1. Introduction
The global-mean surface temperature has increased by about 0.85°C since the late nineteenth century (e.g., IPCC 2014). Although multidecadal trends are monotonically positive over this period, the rate of the warming is not uniform. Over the past hundred years, decadal slowdowns in global surface warming occurred between 1940 and 1975 and again since the beginning of the twenty-first century (e.g., Levitus et al. 2009; Meehl et al. 2011; Fyfe et al. 2016).
A number of mechanisms have been proposed to explain the apparent slowdown in global-mean surface warming in the 2000s. Besides explanations involving other components of the climate system, such as reduced solar radiation reaching the surface (e.g., Solomon et al. 2010; Santer et al. 2014) and methods of data analyses (e.g., Cowtan and Way 2014; Karl et al. 2015), at least three oceanic mechanisms have been emphasized. First, stronger than usual Pacific trade winds affected the vertical heat exchange between the upper and deep ocean and led to cooler tropical Pacific surface temperature (e.g., Kosaka and Xie 2013; England et al. 2014). Second, a stronger Atlantic meridional overturning circulation (AMOC) increased the heat uptake in the intermediate and deep oceans and led to a slowdown of the upper ocean warming (Chen and Tung 2014). Third, the heat redistribution within and/or between ocean basins may generate a global surface warming slowdown (e.g., Lee et al. 2015; Nieves et al. 2015; Liu et al. 2016).

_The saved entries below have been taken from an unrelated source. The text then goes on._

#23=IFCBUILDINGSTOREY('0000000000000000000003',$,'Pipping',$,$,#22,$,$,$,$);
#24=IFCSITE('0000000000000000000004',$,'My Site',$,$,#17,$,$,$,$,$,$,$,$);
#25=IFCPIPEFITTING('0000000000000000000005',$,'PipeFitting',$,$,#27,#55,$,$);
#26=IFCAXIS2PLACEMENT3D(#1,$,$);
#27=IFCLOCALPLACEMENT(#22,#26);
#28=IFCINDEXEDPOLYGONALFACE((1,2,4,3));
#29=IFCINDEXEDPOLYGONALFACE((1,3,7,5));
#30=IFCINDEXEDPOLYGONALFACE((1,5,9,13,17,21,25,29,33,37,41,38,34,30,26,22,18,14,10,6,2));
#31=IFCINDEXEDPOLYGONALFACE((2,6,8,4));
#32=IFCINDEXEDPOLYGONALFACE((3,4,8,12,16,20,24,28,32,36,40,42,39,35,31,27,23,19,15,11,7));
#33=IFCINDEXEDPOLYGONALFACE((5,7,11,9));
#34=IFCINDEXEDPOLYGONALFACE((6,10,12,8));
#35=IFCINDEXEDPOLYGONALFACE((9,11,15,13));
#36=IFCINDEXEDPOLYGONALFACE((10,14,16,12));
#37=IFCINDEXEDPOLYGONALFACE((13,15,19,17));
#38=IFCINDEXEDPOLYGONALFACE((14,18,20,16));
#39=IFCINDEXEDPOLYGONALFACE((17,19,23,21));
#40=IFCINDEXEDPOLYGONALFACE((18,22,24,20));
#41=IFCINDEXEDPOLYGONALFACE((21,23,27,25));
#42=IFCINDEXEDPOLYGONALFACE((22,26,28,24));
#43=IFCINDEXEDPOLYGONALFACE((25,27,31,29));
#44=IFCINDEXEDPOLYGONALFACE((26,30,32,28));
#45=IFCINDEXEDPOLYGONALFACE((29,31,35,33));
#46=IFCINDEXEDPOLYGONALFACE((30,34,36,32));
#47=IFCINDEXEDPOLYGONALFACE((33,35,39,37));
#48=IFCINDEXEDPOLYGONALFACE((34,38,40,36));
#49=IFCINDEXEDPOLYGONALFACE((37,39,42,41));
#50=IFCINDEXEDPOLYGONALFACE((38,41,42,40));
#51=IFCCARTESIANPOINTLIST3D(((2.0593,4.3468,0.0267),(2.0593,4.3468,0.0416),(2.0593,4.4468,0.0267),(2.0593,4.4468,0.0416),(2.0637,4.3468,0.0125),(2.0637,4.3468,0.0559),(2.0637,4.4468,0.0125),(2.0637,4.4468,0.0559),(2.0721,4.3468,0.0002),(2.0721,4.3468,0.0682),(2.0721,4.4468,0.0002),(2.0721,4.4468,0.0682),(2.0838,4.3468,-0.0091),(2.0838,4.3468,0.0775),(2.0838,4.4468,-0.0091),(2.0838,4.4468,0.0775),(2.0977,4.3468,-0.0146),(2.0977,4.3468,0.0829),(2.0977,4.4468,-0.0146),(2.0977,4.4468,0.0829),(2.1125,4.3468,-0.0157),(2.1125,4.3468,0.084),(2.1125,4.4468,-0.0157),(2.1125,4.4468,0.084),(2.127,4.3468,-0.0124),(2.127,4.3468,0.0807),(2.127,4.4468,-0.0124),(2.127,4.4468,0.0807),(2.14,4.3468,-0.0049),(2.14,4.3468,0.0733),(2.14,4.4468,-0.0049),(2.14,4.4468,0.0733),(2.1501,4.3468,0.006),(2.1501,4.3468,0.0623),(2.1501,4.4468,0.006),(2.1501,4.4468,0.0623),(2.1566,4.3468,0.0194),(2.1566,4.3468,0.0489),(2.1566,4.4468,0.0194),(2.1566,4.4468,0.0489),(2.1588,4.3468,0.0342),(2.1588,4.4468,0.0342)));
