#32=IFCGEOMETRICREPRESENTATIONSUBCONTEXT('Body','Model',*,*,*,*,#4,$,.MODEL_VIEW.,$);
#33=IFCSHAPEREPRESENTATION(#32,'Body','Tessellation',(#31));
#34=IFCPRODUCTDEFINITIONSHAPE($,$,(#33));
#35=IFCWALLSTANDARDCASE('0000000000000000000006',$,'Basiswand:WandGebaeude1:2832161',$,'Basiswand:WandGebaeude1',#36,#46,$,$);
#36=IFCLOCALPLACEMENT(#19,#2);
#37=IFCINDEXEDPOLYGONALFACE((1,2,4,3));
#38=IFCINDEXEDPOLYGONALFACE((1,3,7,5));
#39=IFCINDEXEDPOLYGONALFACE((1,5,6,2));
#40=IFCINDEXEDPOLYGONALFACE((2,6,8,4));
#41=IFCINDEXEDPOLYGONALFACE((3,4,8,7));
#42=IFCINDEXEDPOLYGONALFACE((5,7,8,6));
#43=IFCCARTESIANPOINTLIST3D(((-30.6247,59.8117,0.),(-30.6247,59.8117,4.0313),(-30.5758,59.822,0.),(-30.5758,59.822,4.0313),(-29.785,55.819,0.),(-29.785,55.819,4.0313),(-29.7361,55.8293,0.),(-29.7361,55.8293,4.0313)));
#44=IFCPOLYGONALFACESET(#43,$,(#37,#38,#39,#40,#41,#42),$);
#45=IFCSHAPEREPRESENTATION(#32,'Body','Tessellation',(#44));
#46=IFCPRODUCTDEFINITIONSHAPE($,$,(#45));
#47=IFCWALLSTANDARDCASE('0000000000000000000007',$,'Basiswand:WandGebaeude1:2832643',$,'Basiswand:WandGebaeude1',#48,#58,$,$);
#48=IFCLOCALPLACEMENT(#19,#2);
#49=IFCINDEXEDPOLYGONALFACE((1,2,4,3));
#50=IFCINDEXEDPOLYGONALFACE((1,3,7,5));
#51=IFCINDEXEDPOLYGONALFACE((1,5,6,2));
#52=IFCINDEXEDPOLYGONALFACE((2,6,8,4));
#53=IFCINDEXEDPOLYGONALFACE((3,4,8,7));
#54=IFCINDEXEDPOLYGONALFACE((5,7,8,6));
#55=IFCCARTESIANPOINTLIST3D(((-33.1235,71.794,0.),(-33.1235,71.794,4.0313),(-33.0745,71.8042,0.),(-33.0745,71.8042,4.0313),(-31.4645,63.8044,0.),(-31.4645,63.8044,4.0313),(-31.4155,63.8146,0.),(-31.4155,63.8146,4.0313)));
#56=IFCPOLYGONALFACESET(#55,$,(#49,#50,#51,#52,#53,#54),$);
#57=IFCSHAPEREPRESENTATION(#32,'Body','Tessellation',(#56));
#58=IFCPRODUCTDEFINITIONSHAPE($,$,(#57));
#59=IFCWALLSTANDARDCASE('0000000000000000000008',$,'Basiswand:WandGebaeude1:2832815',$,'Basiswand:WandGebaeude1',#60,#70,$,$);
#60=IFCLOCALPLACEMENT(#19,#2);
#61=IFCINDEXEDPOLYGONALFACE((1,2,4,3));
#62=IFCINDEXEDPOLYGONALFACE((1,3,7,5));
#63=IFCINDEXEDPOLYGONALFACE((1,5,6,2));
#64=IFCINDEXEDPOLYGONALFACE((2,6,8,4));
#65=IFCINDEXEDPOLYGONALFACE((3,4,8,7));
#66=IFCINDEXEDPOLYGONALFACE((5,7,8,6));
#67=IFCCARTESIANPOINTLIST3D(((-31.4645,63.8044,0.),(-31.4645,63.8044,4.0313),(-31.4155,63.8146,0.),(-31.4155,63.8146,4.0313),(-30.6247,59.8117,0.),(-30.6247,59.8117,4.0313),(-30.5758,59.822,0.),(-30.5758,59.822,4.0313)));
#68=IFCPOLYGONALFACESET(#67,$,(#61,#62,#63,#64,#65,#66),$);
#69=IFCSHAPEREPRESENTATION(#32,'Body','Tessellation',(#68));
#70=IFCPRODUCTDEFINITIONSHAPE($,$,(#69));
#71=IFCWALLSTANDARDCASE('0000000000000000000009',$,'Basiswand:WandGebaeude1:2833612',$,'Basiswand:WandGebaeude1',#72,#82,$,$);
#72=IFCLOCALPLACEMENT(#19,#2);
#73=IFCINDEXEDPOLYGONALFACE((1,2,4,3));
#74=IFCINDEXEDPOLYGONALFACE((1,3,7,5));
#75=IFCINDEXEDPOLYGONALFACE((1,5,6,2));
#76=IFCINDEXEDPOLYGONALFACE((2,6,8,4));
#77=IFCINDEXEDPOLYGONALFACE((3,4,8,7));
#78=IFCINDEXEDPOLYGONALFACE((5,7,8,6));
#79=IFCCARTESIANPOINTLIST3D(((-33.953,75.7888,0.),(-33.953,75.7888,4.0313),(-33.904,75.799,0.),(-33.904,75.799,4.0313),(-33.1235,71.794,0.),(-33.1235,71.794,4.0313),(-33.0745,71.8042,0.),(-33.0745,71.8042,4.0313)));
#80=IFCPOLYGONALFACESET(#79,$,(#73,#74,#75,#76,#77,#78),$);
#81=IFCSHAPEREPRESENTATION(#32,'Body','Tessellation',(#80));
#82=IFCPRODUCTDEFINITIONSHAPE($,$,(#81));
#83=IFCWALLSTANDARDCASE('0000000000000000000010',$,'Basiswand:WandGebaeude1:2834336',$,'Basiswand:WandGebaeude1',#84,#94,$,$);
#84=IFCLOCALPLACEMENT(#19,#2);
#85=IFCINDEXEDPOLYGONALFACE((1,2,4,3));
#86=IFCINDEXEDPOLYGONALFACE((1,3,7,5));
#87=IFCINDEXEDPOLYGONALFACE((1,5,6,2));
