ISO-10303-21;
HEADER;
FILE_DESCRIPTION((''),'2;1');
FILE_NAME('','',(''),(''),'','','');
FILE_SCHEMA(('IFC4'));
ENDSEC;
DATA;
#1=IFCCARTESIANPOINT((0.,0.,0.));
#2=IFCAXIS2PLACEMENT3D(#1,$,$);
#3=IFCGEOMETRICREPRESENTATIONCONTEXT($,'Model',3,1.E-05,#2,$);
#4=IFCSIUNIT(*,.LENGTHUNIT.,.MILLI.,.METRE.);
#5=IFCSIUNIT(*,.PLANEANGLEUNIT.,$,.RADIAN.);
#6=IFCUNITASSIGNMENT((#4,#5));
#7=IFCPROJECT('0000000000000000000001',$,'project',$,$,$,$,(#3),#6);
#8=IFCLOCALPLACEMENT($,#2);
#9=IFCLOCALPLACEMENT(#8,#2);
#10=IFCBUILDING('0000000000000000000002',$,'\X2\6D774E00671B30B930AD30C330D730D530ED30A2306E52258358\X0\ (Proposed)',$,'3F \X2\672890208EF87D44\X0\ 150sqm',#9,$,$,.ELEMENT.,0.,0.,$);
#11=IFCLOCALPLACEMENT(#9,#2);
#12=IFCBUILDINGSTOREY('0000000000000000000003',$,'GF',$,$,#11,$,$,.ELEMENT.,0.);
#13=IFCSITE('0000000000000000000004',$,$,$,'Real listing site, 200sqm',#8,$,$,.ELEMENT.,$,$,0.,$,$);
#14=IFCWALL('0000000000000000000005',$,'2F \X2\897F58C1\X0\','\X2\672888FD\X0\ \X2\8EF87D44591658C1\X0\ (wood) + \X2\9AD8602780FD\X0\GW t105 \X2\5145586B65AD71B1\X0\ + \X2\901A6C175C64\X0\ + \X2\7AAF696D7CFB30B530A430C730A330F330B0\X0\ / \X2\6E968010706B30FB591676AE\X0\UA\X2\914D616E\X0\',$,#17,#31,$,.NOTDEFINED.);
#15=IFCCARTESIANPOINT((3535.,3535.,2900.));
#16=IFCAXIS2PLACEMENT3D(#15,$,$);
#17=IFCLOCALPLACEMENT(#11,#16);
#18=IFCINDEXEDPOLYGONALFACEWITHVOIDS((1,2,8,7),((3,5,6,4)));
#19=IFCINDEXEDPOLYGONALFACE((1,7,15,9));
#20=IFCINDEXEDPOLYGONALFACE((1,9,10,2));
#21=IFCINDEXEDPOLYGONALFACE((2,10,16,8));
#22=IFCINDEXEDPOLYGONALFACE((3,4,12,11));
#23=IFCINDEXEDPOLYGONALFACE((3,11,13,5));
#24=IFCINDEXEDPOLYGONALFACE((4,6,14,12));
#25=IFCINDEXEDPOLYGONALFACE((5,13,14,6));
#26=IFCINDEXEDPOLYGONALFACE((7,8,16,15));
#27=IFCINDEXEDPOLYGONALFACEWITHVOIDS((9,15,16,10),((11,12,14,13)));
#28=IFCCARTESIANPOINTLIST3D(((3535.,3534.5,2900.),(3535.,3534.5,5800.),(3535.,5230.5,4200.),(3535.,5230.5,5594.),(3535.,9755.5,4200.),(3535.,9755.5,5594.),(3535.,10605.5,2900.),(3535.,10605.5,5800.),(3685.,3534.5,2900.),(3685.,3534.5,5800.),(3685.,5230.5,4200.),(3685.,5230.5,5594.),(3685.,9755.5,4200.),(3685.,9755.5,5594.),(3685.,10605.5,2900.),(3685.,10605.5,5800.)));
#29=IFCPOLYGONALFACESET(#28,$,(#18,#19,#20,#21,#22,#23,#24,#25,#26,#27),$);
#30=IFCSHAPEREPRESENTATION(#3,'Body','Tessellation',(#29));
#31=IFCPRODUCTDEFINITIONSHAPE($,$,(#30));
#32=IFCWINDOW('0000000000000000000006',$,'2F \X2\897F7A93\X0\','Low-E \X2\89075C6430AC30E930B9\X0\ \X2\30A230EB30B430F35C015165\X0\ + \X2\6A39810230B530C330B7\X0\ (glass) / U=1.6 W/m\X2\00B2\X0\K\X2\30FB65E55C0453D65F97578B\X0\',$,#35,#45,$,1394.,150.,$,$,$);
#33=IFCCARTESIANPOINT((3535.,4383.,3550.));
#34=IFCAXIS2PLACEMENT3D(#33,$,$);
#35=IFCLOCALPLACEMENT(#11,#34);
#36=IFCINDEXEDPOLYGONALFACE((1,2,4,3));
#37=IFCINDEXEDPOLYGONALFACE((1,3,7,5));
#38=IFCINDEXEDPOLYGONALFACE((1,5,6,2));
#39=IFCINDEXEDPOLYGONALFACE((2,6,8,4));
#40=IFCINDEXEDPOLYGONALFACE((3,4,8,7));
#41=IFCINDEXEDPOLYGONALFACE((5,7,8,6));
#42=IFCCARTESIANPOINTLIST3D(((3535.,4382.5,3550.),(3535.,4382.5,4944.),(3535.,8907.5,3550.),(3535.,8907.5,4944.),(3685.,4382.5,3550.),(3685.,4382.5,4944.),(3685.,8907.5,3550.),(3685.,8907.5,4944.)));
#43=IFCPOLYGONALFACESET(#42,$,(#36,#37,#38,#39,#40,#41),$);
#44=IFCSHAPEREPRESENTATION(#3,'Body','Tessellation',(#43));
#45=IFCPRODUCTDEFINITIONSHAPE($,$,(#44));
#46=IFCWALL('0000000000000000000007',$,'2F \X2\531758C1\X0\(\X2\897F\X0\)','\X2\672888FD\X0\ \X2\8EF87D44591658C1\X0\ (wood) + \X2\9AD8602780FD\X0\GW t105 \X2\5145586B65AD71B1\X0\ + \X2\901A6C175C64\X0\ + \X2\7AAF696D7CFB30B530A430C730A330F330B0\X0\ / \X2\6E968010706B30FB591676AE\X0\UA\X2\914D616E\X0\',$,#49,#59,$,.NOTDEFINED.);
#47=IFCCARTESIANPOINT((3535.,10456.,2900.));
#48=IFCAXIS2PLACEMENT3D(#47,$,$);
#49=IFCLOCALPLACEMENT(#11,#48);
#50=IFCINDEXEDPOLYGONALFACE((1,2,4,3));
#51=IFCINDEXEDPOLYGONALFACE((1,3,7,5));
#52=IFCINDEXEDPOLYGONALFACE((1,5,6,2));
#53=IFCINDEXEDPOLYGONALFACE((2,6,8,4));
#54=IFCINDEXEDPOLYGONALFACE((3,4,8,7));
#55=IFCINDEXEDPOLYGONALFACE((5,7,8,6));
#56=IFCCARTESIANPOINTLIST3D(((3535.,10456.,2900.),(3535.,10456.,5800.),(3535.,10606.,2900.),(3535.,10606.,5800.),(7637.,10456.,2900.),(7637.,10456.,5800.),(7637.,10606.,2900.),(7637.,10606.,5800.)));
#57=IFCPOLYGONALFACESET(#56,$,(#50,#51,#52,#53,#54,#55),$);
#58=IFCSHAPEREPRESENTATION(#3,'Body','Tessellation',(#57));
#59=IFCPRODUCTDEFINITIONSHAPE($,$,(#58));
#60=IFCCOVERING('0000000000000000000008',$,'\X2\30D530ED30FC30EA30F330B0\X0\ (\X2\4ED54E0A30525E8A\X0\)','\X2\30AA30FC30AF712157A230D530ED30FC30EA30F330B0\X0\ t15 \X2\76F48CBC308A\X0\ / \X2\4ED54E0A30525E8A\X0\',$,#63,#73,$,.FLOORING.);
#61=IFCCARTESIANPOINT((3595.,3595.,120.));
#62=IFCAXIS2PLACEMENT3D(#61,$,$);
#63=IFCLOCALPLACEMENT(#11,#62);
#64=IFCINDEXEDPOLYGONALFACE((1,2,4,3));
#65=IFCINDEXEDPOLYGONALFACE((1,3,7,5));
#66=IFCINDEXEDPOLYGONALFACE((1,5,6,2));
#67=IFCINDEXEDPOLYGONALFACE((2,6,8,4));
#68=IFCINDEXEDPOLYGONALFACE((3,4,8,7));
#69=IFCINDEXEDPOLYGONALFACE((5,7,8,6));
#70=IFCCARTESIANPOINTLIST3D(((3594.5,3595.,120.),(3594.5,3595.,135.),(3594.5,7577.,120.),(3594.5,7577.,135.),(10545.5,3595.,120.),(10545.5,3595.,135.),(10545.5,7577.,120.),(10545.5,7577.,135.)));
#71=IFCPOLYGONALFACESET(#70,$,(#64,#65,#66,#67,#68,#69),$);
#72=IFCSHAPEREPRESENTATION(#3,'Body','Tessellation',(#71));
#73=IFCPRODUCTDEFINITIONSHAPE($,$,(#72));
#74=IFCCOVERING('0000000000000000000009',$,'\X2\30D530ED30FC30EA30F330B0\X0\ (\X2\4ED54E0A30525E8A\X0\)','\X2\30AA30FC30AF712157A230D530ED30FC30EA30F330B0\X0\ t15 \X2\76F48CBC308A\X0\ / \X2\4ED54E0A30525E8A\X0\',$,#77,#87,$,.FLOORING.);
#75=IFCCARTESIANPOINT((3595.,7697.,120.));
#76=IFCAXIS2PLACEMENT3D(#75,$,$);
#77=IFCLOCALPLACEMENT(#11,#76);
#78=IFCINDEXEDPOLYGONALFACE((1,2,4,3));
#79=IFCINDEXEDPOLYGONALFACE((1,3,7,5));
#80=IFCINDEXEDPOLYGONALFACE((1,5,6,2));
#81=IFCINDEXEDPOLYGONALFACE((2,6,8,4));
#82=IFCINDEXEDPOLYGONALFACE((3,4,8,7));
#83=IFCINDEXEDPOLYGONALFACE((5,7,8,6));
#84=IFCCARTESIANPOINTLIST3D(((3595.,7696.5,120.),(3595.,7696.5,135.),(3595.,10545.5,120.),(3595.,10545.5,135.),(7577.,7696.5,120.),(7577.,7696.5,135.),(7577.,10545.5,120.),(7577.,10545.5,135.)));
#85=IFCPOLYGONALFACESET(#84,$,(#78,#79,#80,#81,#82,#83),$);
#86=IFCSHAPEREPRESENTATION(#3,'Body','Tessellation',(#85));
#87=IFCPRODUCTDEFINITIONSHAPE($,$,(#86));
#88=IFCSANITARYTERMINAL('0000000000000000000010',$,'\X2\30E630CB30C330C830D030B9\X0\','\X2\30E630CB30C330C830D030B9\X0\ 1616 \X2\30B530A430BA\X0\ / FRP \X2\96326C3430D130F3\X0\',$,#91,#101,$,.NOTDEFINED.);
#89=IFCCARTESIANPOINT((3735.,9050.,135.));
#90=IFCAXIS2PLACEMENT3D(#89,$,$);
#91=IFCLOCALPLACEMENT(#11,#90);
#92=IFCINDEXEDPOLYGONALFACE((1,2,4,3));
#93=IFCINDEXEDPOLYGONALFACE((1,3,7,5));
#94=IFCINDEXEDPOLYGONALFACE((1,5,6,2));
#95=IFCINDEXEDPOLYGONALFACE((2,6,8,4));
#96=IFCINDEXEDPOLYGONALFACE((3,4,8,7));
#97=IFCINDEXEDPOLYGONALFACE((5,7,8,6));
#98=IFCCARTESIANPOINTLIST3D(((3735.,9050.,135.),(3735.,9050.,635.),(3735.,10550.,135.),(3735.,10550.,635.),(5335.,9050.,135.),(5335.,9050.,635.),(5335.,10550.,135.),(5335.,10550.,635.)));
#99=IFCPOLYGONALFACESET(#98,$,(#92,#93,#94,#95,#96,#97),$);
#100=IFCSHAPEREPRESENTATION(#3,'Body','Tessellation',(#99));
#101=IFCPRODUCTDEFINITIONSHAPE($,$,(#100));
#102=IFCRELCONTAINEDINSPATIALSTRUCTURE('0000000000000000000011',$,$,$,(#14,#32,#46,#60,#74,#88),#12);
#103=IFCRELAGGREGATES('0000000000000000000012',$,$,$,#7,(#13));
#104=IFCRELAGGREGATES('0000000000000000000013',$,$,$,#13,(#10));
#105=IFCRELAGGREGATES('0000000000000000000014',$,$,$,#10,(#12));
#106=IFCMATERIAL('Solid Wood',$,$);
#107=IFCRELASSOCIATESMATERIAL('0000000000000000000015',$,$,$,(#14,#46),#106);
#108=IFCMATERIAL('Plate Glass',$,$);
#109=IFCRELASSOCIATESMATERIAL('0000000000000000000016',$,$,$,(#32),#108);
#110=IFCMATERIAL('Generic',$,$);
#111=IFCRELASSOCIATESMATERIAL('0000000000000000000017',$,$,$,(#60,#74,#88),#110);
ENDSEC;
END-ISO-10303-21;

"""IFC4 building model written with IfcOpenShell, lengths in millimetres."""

from ifc_helpers import new_model, si_unit, frame, frame_2d, origin, place, context, project, spatial, rectangle, extrude, material, element, fill, save


model = new_model("IFC4")

# Units and contexts
model_context = context("Model", 3, precision=1e-05, world=origin())
ifc_project = project(units=[si_unit("LENGTHUNIT", "METRE", prefix="MILLI"), si_unit("PLANEANGLEUNIT", "RADIAN")], contexts=[model_context])

# Site, building, storey
site_placement = place(None, origin())
site = spatial("IfcSite", under=ifc_project, at=site_placement, ObjectType="Real listing site, 200sqm", CompositionType="ELEMENT", RefElevation=0.0)
building_placement = place(site_placement, origin())
building = spatial("IfcBuilding", under=site, at=building_placement, Name="海一望スキップフロアの別荘 (Proposed)", ObjectType="3F 木造軸組 150sqm", CompositionType="ELEMENT", ElevationOfRefHeight=0.0, ElevationOfTerrain=0.0)
storey_placement = place(building_placement, origin())
storey = spatial("IfcBuildingStorey", under=building, at=storey_placement, Name="GF", CompositionType="ELEMENT", Elevation=0.0)

# Shared definitions
ifc_material_1 = material(Name="Solid Wood")

# Shared definitions
ifc_material_2 = material(Name="Plate Glass")

# Wall, opening, window
wall_1_placement = place(storey_placement, frame((3535.0, 3535.0, 2900.0)))
wall_1 = element("IfcWall", 1, at=wall_1_placement, inside=storey, material=ifc_material_1, Name="2F 西壁", Description="木製 軸組外壁 (wood) + 高性能GW t105 充填断熱 + 通気層 + 窯業系サイディング / 準耐火・外皮UA配慮", PredefinedType="NOTDEFINED", context=model_context, shape_type="SweptSolid", body=[
    extrude(rectangle(XDim=150.0, YDim=7071.0, at=frame_2d((75.0, 3535.0))), frame((3535.0, 3535.0, 2900.0)), (0.0, 0.0, 1.0), 2900.0),
])
opening_1_placement = place(storey_placement, frame((3535.0, 4383.0, 3550.0)))
opening_1 = element("IfcOpeningElement", 2, at=opening_1_placement, cuts=wall_1, PredefinedType="NOTDEFINED", context=model_context, shape_type="SweptSolid", body=[
    extrude(rectangle(XDim=150.0, YDim=4525.0, at=frame_2d((75.0, 2262.0))), frame((3535.0, 4383.0, 3550.0)), (0.0, 0.0, 1.0), 1394.0),
])
window_1_placement = place(storey_placement, frame((3535.0, 4383.0, 3550.0)))
window_1 = element("IfcWindow", 3, at=window_1_placement, inside=storey, material=ifc_material_2, Name="2F 西窓", Description="Low-E 複層ガラス アルゴン封入 + 樹脂サッシ (glass) / U=1.6 W/m²K・日射取得型", OverallHeight=1394.0, OverallWidth=150.0, context=model_context, shape_type="SweptSolid", body=[
    extrude(rectangle(XDim=150.0, YDim=4525.0, at=frame_2d((75.0, 2262.0))), frame((3535.0, 4383.0, 3550.0)), (0.0, 0.0, 1.0), 1394.0),
])
fill(opening_1, window_1)

# Wall
wall_2_placement = place(storey_placement, frame((3535.0, 10456.0, 2900.0)))
element("IfcWall", 4, at=wall_2_placement, inside=storey, material=ifc_material_1, Name="2F 北壁(西)", Description="木製 軸組外壁 (wood) + 高性能GW t105 充填断熱 + 通気層 + 窯業系サイディング / 準耐火・外皮UA配慮", PredefinedType="NOTDEFINED", context=model_context, shape_type="SweptSolid", body=[
    extrude(rectangle(XDim=4102.0, YDim=150.0, at=frame_2d((2051.0, 75.0))), frame((3535.0, 10456.0, 2900.0)), (0.0, 0.0, 1.0), 2900.0),
])

# Coverings
ifc_material_3 = material(Name="Generic")
covering_1_placement = place(storey_placement, frame((3595.0, 3595.0, 120.0)))
element("IfcCovering", 5, at=covering_1_placement, inside=storey, material=ifc_material_3, Name="フローリング (仕上げ床)", Description="オーク無垢フローリング t15 直貼り / 仕上げ床", PredefinedType="FLOORING", context=model_context, shape_type="SweptSolid", body=[
    extrude(rectangle(XDim=6951.0, YDim=3982.0, at=frame_2d((3475.0, 1991.0))), frame((3595.0, 3595.0, 120.0)), (0.0, 0.0, 1.0), 15.0),
])
covering_2_placement = place(storey_placement, frame((3595.0, 7697.0, 120.0)))
element("IfcCovering", 6, at=covering_2_placement, inside=storey, material=ifc_material_3, Name="フローリング (仕上げ床)", Description="オーク無垢フローリング t15 直貼り / 仕上げ床", PredefinedType="FLOORING", context=model_context, shape_type="SweptSolid", body=[
    extrude(rectangle(XDim=3982.0, YDim=2849.0, at=frame_2d((1991.0, 1424.0))), frame((3595.0, 7697.0, 120.0)), (0.0, 0.0, 1.0), 15.0),
])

While previous works highlight different components (e.g., wind-driven circulation or meridional overturning circulation) or regions (e.g., the North Atlantic or the tropical Pacific), they all share the assumption that changes in ocean vertical heat transport are central to changes in surface warming rates. However, contributions of the separate terms of ocean vertical heat transport (i.e., advection and diffusion) have not been carefully examined. Furthermore, oceanic heat uptake from the atmosphere is a global phenomenon, and owing to volume and other conservation rules, as well as the vertical dependence of ocean temperature, downward advection of heat in one region will tend to be at least partially compensated by an opposite upward heat advection elsewhere in the global ocean, thus leaving weaker residual impacts on the global integral. Thus, an increase in ocean advection of heat from the upper to the deep ocean in one region does not necessarily imply any changes in the global-mean upper ocean or deep ocean heat contents. At the same time, vertical heat transports associated with diffusive processes, despite being weaker regionally, could be important when considering global integrals.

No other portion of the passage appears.